How to complete this task: What you return must be every line from the beginning of the data through the line holding "#88=IFCINDEXEDPOLYGONALFACE((5,7,8,6));", unchanged.

◆ ◆ ◆ ◆

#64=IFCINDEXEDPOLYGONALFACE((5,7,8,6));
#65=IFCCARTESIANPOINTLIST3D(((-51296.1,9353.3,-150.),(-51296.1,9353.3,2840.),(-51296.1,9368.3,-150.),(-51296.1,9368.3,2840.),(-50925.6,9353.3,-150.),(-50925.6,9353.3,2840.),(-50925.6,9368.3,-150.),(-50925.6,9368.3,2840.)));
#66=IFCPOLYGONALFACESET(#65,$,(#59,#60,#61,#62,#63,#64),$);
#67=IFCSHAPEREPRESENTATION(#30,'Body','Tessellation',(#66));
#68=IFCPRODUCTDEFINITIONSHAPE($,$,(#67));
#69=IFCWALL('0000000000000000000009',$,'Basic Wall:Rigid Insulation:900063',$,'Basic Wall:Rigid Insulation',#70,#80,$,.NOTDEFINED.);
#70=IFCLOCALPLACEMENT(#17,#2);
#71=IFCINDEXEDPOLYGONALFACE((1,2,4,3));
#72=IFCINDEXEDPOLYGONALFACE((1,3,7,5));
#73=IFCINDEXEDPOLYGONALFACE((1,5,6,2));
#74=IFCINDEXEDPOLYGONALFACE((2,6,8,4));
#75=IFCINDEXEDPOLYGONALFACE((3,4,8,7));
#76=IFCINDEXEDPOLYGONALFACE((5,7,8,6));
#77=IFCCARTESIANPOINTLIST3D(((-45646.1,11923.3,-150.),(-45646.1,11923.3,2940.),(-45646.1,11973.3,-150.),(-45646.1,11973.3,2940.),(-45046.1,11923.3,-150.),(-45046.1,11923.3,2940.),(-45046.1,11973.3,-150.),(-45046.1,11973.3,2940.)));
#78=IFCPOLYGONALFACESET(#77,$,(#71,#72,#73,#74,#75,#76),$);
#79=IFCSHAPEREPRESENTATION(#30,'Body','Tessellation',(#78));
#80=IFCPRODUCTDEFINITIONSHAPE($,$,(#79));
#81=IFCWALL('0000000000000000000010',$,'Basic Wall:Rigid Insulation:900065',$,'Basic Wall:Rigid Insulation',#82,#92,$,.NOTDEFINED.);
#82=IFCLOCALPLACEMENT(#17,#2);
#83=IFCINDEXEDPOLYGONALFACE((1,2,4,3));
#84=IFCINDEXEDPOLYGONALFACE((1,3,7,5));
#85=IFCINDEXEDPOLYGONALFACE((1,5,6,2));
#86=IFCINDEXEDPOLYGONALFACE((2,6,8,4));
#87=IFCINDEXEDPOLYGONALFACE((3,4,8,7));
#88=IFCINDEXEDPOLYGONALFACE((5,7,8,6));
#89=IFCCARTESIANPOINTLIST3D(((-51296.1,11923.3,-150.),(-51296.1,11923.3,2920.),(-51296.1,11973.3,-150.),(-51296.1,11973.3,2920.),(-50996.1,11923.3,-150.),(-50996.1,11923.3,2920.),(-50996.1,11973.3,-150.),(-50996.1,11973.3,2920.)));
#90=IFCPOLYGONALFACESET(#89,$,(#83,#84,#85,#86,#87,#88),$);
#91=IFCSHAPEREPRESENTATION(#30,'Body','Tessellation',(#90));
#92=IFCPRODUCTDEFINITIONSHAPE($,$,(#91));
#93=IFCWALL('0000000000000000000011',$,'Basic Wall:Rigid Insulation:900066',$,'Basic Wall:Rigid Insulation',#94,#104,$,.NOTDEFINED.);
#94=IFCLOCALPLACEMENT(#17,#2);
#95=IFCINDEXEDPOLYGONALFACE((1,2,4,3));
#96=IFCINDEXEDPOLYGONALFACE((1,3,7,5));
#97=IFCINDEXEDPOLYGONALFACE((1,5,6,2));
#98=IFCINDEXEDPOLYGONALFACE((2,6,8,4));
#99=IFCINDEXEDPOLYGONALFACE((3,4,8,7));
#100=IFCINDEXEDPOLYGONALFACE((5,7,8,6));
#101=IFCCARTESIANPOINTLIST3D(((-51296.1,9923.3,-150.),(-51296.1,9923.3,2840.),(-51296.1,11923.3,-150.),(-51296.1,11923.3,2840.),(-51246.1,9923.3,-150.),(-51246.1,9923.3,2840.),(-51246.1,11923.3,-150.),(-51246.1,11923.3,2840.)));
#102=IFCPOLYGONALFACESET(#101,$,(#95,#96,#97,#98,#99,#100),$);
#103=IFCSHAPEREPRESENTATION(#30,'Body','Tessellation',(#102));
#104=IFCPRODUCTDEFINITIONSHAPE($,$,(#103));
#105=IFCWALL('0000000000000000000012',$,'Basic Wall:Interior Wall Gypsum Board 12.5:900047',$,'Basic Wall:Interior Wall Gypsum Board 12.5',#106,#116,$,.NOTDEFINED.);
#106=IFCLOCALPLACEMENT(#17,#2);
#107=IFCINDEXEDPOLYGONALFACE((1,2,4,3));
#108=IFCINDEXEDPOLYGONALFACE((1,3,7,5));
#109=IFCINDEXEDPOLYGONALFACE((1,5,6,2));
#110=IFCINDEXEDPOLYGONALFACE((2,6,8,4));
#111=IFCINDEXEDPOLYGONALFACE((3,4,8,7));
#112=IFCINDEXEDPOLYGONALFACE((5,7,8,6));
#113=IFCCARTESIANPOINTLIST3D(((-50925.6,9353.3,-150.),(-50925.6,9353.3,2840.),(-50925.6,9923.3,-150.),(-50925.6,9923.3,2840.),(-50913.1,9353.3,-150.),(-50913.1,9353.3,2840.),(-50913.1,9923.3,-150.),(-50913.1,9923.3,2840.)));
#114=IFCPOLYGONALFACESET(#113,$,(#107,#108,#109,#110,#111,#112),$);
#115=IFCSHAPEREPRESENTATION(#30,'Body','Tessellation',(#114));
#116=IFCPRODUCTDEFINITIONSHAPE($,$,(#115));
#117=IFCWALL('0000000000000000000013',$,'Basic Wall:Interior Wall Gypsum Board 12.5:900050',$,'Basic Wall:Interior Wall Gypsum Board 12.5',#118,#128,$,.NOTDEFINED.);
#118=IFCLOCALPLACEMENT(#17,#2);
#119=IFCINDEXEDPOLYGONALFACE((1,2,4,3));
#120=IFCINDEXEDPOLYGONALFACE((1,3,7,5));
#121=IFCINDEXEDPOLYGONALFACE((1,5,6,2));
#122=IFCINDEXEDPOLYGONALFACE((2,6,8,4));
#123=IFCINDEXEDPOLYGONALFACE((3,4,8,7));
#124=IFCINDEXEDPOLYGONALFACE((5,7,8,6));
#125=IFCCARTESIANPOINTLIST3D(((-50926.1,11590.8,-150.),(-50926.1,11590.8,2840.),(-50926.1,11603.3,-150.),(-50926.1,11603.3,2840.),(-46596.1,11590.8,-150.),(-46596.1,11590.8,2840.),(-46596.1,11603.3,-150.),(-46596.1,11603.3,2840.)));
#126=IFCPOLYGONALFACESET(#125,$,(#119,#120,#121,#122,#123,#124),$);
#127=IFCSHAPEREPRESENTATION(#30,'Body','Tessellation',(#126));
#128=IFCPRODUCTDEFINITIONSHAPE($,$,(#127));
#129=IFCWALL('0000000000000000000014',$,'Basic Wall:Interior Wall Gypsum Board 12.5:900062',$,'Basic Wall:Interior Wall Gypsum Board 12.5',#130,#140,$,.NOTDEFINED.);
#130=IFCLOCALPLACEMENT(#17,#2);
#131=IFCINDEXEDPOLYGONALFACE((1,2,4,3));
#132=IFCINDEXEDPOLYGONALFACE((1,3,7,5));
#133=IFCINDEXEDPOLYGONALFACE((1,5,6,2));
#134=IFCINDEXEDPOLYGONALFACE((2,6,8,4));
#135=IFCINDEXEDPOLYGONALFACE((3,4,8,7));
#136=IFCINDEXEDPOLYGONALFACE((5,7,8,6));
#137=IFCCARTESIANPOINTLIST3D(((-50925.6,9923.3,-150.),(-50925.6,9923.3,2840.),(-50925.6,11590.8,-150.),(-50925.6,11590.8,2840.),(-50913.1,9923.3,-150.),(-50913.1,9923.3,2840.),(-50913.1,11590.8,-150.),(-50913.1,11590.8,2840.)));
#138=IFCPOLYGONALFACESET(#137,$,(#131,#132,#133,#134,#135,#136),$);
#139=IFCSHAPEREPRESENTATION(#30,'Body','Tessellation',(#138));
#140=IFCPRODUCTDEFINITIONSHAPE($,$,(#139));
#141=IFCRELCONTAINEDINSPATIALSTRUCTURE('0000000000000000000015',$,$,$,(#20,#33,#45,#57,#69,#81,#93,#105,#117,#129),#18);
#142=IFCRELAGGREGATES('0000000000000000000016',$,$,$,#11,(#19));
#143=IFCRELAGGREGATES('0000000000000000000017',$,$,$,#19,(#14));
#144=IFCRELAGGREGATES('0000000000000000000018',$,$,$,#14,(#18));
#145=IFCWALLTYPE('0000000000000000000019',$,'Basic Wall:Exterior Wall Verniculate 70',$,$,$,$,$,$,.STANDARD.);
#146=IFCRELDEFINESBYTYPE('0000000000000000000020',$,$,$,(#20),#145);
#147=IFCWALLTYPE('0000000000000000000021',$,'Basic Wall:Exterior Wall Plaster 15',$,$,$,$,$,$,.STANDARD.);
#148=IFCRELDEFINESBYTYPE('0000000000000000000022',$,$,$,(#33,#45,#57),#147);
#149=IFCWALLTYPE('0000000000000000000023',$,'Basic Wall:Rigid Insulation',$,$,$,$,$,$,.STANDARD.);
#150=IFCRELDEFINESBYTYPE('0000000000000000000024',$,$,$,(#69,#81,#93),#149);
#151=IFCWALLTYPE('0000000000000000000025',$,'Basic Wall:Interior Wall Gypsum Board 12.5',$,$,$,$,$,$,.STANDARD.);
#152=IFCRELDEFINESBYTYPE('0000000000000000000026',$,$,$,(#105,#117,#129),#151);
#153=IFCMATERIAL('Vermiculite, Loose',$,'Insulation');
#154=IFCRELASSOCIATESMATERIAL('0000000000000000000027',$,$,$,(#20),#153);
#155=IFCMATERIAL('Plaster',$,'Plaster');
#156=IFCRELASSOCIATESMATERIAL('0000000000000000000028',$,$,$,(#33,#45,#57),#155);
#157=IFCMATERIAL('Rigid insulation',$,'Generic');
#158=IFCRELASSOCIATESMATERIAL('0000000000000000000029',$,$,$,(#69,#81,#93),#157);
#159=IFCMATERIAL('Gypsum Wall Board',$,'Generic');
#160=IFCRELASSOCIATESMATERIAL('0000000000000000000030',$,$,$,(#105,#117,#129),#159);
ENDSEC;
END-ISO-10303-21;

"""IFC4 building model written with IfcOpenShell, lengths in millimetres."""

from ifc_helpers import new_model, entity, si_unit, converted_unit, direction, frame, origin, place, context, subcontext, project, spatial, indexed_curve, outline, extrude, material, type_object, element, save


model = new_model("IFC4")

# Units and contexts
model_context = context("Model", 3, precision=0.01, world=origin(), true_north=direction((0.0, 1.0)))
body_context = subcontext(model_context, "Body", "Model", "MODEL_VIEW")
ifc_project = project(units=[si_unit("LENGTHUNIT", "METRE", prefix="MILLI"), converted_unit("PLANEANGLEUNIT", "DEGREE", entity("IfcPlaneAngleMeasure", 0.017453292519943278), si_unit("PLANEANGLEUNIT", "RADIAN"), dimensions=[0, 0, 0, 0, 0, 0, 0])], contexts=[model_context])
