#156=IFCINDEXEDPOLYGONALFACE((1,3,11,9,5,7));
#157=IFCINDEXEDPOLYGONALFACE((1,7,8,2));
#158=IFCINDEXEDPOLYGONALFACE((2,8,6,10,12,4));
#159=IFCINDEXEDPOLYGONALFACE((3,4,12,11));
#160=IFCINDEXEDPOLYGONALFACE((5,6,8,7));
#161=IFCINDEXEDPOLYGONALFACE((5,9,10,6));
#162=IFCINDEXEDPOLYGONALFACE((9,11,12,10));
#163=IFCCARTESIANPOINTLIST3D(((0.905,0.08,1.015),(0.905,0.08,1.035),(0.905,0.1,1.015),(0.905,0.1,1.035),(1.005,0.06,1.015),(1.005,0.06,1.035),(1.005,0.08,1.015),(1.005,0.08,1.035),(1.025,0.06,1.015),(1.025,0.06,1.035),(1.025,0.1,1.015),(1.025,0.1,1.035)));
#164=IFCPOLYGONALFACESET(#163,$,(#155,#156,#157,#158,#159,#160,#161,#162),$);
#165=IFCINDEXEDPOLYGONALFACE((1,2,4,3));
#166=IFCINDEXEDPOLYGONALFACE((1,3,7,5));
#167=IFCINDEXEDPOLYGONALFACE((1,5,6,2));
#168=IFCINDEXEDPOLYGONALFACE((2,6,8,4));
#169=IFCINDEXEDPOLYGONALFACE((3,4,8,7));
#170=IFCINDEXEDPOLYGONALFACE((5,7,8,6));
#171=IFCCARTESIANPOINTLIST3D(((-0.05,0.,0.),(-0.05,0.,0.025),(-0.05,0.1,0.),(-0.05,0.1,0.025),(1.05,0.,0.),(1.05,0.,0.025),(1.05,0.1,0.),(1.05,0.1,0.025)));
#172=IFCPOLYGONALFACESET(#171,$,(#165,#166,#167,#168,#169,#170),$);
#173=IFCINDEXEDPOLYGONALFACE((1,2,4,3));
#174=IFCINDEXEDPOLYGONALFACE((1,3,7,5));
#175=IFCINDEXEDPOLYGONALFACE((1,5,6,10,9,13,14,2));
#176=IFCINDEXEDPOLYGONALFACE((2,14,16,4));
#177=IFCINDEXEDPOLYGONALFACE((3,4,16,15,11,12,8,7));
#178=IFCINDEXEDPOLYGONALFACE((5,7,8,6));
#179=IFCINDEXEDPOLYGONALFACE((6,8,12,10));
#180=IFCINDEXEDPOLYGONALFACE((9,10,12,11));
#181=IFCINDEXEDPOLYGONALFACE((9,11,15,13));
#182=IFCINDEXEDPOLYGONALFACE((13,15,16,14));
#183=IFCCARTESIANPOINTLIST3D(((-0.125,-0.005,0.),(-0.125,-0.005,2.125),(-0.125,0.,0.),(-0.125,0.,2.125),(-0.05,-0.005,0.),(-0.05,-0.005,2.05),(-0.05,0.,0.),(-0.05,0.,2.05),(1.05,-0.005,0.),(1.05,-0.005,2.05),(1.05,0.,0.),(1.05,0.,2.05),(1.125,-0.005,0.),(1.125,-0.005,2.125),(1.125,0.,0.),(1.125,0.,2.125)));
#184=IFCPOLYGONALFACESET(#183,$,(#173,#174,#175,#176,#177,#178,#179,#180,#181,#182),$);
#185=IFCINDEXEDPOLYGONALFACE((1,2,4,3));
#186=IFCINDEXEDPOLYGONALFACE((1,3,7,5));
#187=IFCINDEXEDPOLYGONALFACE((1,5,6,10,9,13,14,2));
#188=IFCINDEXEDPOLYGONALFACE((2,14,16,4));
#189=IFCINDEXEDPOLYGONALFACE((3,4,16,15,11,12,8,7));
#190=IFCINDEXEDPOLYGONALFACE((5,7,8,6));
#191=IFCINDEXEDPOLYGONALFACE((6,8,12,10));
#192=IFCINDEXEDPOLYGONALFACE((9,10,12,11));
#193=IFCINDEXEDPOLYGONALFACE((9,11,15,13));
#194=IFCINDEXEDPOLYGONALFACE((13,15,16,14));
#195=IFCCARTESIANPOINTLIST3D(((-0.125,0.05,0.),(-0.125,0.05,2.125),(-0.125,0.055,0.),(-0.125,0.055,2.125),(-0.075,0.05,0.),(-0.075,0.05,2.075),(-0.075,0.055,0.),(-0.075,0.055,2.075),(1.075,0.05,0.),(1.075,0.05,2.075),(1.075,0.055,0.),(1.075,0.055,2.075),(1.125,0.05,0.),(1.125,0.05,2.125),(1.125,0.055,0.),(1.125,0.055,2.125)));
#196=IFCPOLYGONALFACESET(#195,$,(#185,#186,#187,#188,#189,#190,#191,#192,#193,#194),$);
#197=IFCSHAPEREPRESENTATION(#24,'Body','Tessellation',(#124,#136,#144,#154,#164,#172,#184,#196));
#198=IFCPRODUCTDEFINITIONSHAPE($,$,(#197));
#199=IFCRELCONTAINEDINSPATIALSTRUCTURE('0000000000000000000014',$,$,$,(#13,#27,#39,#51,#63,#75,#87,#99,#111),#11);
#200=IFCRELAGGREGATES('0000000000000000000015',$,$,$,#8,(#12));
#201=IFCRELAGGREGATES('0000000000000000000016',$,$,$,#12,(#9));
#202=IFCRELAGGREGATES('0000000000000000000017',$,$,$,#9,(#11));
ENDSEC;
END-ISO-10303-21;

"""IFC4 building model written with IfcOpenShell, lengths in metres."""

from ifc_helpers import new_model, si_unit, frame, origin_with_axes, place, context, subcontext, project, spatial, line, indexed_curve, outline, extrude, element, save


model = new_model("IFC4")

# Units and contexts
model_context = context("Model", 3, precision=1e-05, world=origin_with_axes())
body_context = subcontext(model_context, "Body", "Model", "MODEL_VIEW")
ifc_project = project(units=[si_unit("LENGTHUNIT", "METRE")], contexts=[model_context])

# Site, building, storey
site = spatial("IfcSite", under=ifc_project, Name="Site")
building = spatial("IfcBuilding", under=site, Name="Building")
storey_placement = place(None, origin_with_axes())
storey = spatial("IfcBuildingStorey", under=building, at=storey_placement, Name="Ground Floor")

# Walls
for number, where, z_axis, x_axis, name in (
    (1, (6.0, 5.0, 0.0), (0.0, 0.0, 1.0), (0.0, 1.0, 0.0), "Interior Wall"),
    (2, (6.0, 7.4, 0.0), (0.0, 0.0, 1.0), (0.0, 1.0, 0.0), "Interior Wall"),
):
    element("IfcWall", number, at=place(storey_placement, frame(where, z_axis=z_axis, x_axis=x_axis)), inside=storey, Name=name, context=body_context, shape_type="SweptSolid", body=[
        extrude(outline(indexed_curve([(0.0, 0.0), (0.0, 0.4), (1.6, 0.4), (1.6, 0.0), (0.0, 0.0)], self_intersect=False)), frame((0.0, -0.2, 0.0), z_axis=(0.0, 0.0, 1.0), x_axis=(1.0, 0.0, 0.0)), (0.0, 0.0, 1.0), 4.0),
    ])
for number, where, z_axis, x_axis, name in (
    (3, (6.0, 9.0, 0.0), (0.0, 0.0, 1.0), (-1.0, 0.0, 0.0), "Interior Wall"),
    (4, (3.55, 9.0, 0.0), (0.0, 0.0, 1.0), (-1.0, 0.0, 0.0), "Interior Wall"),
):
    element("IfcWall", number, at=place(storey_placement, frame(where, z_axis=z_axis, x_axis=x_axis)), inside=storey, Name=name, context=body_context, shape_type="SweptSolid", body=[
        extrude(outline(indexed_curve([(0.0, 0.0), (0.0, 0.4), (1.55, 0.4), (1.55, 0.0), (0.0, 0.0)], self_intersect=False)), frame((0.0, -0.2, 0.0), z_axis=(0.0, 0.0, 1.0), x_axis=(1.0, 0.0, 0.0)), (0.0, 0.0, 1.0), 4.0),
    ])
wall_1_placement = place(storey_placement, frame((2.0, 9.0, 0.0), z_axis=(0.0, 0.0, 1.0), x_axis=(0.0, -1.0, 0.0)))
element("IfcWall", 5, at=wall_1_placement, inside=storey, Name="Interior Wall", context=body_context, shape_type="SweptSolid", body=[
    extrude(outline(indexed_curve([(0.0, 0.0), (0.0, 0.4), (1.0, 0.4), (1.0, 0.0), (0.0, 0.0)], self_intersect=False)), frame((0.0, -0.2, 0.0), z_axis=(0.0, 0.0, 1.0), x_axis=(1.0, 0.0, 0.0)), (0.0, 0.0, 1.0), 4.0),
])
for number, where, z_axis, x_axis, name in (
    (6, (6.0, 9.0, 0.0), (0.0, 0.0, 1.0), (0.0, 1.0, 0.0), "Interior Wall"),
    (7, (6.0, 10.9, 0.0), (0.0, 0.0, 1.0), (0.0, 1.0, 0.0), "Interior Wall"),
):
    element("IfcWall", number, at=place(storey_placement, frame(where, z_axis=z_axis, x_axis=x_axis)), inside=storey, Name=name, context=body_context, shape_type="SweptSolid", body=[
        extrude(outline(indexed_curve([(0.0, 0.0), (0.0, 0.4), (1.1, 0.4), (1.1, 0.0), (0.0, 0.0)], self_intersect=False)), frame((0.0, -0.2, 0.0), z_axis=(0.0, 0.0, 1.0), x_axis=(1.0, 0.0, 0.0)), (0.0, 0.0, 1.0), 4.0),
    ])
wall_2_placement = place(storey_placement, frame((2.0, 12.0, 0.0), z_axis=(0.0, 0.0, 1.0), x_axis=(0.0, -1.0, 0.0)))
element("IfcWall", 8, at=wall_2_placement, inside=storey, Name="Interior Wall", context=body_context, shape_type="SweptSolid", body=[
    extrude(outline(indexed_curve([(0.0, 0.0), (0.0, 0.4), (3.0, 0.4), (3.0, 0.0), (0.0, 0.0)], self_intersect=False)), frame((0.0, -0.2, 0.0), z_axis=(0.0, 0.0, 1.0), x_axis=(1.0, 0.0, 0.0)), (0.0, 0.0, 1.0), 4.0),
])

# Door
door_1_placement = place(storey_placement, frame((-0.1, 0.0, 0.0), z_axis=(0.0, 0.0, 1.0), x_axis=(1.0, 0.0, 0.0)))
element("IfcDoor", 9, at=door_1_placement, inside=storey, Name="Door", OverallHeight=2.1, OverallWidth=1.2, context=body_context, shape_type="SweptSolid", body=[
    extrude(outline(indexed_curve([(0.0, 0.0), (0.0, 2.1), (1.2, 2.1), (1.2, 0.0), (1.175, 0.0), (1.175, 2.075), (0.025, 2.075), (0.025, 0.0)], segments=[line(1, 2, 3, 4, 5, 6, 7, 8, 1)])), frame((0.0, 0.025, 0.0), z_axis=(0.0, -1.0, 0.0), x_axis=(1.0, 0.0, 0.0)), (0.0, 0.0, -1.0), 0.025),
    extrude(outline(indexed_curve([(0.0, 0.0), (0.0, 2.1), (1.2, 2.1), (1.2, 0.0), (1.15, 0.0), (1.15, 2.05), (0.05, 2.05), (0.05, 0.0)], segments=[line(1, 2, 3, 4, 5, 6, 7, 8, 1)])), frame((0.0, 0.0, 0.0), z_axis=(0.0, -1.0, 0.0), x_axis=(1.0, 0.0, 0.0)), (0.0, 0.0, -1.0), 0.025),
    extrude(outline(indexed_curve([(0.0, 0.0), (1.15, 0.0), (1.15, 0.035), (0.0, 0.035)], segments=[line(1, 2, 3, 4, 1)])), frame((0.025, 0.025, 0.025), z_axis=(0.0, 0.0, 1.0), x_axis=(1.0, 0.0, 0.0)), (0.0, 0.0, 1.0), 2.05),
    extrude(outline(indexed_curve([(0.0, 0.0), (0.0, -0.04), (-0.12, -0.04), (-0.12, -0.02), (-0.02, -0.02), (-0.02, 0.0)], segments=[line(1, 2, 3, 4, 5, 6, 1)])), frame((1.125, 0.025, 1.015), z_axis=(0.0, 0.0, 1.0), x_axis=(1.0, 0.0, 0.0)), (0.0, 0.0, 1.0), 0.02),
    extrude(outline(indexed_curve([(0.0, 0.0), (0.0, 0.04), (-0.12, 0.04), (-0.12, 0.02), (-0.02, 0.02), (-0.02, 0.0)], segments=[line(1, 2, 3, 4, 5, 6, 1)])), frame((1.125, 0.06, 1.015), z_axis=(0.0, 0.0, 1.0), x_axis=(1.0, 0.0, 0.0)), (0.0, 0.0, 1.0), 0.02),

◆ ◆ ◆ ◆

Exercise output:
#64=IFCINDEXEDPOLYGONALFACE((5,7,8,6));
#65=IFCCARTESIANPOINTLIST3D(((-51296.1,9353.3,-150.),(-51296.1,9353.3,2840.),(-51296.1,9368.3,-150.),(-51296.1,9368.3,2840.),(-50925.6,9353.3,-150.),(-50925.6,9353.3,2840.),(-50925.6,9368.3,-150.),(-50925.6,9368.3,2840.)));
#66=IFCPOLYGONALFACESET(#65,$,(#59,#60,#61,#62,#63,#64),$);
#67=IFCSHAPEREPRESENTATION(#30,'Body','Tessellation',(#66));
#68=IFCPRODUCTDEFINITIONSHAPE($,$,(#67));
#69=IFCWALL('0000000000000000000009',$,'Basic Wall:Rigid Insulation:900063',$,'Basic Wall:Rigid Insulation',#70,#80,$,.NOTDEFINED.);
#70=IFCLOCALPLACEMENT(#17,#2);
#71=IFCINDEXEDPOLYGONALFACE((1,2,4,3));
#72=IFCINDEXEDPOLYGONALFACE((1,3,7,5));
#73=IFCINDEXEDPOLYGONALFACE((1,5,6,2));
#74=IFCINDEXEDPOLYGONALFACE((2,6,8,4));
#75=IFCINDEXEDPOLYGONALFACE((3,4,8,7));
#76=IFCINDEXEDPOLYGONALFACE((5,7,8,6));
#77=IFCCARTESIANPOINTLIST3D(((-45646.1,11923.3,-150.),(-45646.1,11923.3,2940.),(-45646.1,11973.3,-150.),(-45646.1,11973.3,2940.),(-45046.1,11923.3,-150.),(-45046.1,11923.3,2940.),(-45046.1,11973.3,-150.),(-45046.1,11973.3,2940.)));
#78=IFCPOLYGONALFACESET(#77,$,(#71,#72,#73,#74,#75,#76),$);
#79=IFCSHAPEREPRESENTATION(#30,'Body','Tessellation',(#78));
#80=IFCPRODUCTDEFINITIONSHAPE($,$,(#79));
#81=IFCWALL('0000000000000000000010',$,'Basic Wall:Rigid Insulation:900065',$,'Basic Wall:Rigid Insulation',#82,#92,$,.NOTDEFINED.);
#82=IFCLOCALPLACEMENT(#17,#2);
#83=IFCINDEXEDPOLYGONALFACE((1,2,4,3));
#84=IFCINDEXEDPOLYGONALFACE((1,3,7,5));
#85=IFCINDEXEDPOLYGONALFACE((1,5,6,2));
#86=IFCINDEXEDPOLYGONALFACE((2,6,8,4));
#87=IFCINDEXEDPOLYGONALFACE((3,4,8,7));
#88=IFCINDEXEDPOLYGONALFACE((5,7,8,6));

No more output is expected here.